Similar transformations were made to the economic consequences. Where crop and property damage were extracted from the uncleaned data. Then the magnitude of the economic impact had to be calculated by multiplying the expected property damage by the estimates factor. The two dataframes were combined with labels to indicate if the economic impact was Crop or Property Damage. Then only the top 10 most catastrophic events were logged to make the graph more legible.

# Find the events with the largest economic impact

prop_dmg <- raw_storm_data %>%
  select(EVTYPE,
         PROPDMG,
         PROPDMGEXP)

#Mutate to multiply by damage factors
prop_dmg <- prop_dmg %>%
  mutate(PROPDMG = case_when(
         PROPDMGEXP == "K" ~ PROPDMG * 1000,
         PROPDMGEXP == "M" ~ PROPDMG * 10^6,
         PROPDMGEXP == "B" ~ PROPDMG * 10^9,
         )) %>%
  select(-PROPDMGEXP) %>% #Take out multiplier column
  rename(amount = PROPDMG) %>% #Rename to common amount
  na.omit() # Remove any NA values

#Create data matrix of crop damages
crop_dmg <- raw_storm_data %>%
  select(EVTYPE,
         CROPDMG,
         CROPDMGEXP)

#Mutate to multiply crop damage by damage factor
crop_dmg <- crop_dmg %>%
  mutate(CROPDMG = case_when(
    CROPDMGEXP == "K" ~ CROPDMG * 1000,
    CROPDMGEXP == "M" ~ CROPDMG * 10^6,
    CROPDMGEXP == "B" ~ CROPDMG * 10^9,
  )) %>%
  select(-CROPDMGEXP) %>% #Take out multiplier column
  rename(amount = CROPDMG) %>%
  na.omit()

# aggregate sum of damage by event type
prop_dmg <- aggregate(amount ~ EVTYPE, prop_dmg, FUN = sum)
prop_dmg <- prop_dmg %>% #have type of damage column
  mutate(Type = "Property")

crop_dmg <- aggregate(amount ~ EVTYPE, crop_dmg, FUN = sum)
crop_dmg <- crop_dmg %>% #have type of damage column
  mutate(Type = "Crop")

#find the top contributors to economic impact
prop_dmg <- prop_dmg %>%
  mutate(amount = amount / 10^6) %>% #Damage in millions
  arrange(desc(amount))

crop_dmg <- crop_dmg %>%
  mutate(amount = amount / 10^6) %>% #Damage in millions
  arrange(desc(amount))

# Create full damage dataframe
tot_dam <- full_join(prop_dmg, crop_dmg) %>%
  filter(amount > 0)
## Joining, by = c("EVTYPE", "amount", "Type")
#get top 10 most catastrophic
top_bad <- aggregate(amount ~ EVTYPE, tot_dam, sum) %>% 
  arrange(desc(amount)) %>%
  top_n(10)
## Selecting by amount
#Filter the top 10 most catastrophic
tot_dam <- filter(tot_dam, tot_dam$EVTYPE %in% top_bad$EVTYPE)

Results and Conclusion

The Graphs below show the health and economic impact of various meteorological events.

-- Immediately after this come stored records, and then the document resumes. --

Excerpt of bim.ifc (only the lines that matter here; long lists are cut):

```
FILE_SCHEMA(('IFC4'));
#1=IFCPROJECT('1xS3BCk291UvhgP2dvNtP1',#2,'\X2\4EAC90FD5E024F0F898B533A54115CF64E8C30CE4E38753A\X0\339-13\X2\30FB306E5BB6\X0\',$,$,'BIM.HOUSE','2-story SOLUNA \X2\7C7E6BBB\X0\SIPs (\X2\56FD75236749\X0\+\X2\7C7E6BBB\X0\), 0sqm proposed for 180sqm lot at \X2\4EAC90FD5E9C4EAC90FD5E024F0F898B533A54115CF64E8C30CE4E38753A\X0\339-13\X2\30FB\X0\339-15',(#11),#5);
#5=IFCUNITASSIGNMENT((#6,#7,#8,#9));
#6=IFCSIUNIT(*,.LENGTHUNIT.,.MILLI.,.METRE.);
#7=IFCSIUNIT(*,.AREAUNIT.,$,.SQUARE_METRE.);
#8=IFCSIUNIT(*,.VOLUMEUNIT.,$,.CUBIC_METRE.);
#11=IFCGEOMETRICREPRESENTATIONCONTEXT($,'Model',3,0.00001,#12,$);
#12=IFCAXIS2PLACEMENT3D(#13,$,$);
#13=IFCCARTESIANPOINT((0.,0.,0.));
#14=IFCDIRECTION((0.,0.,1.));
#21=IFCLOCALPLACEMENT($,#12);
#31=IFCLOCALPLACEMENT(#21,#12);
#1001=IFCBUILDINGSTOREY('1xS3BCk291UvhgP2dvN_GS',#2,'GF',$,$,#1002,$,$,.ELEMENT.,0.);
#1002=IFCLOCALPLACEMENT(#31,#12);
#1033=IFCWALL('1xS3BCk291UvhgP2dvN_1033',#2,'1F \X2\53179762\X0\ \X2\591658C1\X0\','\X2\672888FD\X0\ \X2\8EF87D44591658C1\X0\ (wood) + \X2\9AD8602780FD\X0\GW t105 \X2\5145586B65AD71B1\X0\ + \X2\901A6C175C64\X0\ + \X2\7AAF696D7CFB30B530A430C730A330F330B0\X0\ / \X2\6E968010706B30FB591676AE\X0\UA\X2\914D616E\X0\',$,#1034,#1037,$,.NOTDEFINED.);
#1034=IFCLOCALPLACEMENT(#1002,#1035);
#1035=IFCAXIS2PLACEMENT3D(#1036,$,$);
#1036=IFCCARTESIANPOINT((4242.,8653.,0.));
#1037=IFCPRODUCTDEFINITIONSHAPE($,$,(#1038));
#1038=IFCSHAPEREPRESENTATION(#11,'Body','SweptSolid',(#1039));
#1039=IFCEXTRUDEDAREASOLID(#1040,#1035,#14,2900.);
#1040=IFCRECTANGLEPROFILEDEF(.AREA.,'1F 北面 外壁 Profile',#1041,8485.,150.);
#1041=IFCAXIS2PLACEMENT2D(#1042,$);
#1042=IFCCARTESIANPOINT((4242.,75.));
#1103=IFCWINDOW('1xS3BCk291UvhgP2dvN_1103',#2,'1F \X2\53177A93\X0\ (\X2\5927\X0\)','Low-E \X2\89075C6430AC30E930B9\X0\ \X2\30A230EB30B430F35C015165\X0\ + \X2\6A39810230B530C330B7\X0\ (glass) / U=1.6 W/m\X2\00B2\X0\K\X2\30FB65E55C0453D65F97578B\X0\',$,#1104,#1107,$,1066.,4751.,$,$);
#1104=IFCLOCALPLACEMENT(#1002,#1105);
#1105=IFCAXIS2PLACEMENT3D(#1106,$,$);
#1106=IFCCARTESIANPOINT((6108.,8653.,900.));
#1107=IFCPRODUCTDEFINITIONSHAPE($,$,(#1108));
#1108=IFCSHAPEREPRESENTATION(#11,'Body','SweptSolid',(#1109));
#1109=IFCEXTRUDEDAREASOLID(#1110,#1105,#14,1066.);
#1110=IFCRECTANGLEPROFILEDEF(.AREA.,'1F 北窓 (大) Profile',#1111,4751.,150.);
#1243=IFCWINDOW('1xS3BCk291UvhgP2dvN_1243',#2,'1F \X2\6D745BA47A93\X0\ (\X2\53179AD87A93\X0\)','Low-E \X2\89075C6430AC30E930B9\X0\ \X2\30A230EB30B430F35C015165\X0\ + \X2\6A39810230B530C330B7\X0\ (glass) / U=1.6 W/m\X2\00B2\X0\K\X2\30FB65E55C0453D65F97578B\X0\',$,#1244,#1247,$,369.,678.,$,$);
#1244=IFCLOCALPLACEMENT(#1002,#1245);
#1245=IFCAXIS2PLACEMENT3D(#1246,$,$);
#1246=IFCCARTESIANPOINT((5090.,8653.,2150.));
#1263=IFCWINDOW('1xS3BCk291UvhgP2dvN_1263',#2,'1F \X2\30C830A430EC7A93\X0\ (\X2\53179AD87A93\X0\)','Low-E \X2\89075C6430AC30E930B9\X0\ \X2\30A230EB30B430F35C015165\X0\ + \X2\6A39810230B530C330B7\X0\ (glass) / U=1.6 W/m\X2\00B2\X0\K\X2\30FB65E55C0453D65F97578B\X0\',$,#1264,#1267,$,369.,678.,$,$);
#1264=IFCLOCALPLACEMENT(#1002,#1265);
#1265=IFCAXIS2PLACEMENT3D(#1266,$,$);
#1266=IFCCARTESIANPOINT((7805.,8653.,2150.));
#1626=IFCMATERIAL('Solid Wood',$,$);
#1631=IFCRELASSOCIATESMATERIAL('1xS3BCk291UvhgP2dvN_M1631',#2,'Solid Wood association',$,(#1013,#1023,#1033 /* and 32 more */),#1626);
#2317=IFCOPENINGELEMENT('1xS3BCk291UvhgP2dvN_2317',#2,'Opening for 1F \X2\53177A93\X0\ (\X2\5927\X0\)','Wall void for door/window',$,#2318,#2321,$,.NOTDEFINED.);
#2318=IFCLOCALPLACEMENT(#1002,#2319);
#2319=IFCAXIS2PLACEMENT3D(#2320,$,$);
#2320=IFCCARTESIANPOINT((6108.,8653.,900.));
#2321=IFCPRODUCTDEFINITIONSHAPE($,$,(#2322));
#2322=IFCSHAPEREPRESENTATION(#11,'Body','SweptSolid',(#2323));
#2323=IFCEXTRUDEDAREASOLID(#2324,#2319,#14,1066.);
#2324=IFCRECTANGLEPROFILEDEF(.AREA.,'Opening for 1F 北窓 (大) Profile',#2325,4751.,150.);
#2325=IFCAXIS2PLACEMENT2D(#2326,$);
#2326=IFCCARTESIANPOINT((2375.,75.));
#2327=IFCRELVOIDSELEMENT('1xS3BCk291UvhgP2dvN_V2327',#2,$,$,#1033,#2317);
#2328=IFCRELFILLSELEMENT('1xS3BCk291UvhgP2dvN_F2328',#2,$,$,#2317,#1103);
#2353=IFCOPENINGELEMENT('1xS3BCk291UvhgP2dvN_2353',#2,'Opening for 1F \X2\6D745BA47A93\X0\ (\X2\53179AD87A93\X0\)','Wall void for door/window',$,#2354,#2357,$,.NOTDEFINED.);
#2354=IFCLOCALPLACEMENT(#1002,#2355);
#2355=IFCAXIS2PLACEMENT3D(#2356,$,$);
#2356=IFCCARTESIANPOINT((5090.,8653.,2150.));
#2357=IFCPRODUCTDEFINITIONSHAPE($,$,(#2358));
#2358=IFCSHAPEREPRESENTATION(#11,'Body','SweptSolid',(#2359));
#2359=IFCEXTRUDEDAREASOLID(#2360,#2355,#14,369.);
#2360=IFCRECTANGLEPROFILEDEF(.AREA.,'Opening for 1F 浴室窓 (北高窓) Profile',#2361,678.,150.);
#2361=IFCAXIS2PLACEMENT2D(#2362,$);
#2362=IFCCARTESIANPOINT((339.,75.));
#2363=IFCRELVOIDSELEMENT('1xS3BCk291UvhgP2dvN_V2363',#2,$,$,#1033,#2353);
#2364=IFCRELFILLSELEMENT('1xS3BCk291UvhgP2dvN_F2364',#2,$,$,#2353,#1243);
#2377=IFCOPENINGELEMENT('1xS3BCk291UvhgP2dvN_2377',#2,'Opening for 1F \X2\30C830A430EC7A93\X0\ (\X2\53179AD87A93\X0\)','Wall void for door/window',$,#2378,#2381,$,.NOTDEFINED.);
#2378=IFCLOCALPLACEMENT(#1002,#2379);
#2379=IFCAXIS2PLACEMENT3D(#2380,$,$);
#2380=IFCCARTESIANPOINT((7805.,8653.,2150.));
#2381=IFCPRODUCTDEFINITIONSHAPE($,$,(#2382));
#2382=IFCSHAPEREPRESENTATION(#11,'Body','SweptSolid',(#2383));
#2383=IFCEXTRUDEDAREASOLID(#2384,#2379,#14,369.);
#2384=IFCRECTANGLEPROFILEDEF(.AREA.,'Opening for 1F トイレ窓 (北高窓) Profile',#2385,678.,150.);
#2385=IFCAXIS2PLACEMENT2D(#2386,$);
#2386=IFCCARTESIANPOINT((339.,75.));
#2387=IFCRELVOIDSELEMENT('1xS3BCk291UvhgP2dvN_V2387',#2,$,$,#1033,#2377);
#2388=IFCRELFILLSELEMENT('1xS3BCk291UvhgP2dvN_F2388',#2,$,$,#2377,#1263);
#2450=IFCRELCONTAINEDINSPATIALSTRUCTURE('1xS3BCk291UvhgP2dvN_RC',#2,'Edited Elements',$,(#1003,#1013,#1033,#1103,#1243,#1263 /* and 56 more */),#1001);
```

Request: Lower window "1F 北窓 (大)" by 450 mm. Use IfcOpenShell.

```python
import numpy as np
import ifcopenshell
import ifcopenshell.api.geometry
import ifcopenshell.util.placement
import ifcopenshell.util.unit

model = ifcopenshell.open("bim.ifc")
unit_scale = ifcopenshell.util.unit.calculate_unit_scale(model)

window = model.by_guid("1xS3BCk291UvhgP2dvN_1103")
opening = window.FillsVoids[0].RelatingOpeningElement
dz = -0.45 / unit_scale

shift = np.array([0.0, 0.0, dz])
# The window is not placed relative to its opening, so move both.
for product in (opening, window):
    matrix = ifcopenshell.util.placement.get_local_placement(product.ObjectPlacement)
    matrix[:3, 3] += shift
    ifcopenshell.api.geometry.edit_object_placement(model, product=product, matrix=matrix, is_si=False)

print(f"moved by {dz * unit_scale:+.3f} m")

model.write("bim_updated.ifc")
```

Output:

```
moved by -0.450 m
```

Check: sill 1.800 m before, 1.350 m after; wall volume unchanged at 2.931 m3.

# create graph for the data
hlth_grph <- ggplot(data = affect_pop, aes(x = EVTYPE, y = Num, fill = Type)) + 
  coord_flip()+
  geom_bar(stat = "identity", color = "black") +
  labs(title = "Health Impacts By Event", x = "Event", y = "Number of Incidents")+
  theme(plot.title = element_text(hjust = 0.5))

hlth_grph

The health data shows Tornados have the largest impact to health by a significant margin. It carries the more injuries and fatalities than the other top events combined.

dmg_grph <- ggplot(data = tot_dam, aes(x = factor(EVTYPE), y = amount, fill = Type)) + 
  geom_bar(stat = "identity", color = "black") +
  scale_fill_manual(values = c("skyblue1", "wheat1")) +
  coord_flip()+
  geom_bar(stat = "identity") +
  labs(title = "Dollar Damage By Event", x = "Event", y = "Millions of Dollars")+
  theme(plot.title = element_text(hjust = 0.5))

dmg_grph

Flood is the event with the most economic impact because of the amount of property damage. However the crop damage done is not as impactful as drought. While Flood does create the most economic impact for overall damage, Drought does cause more crop damage.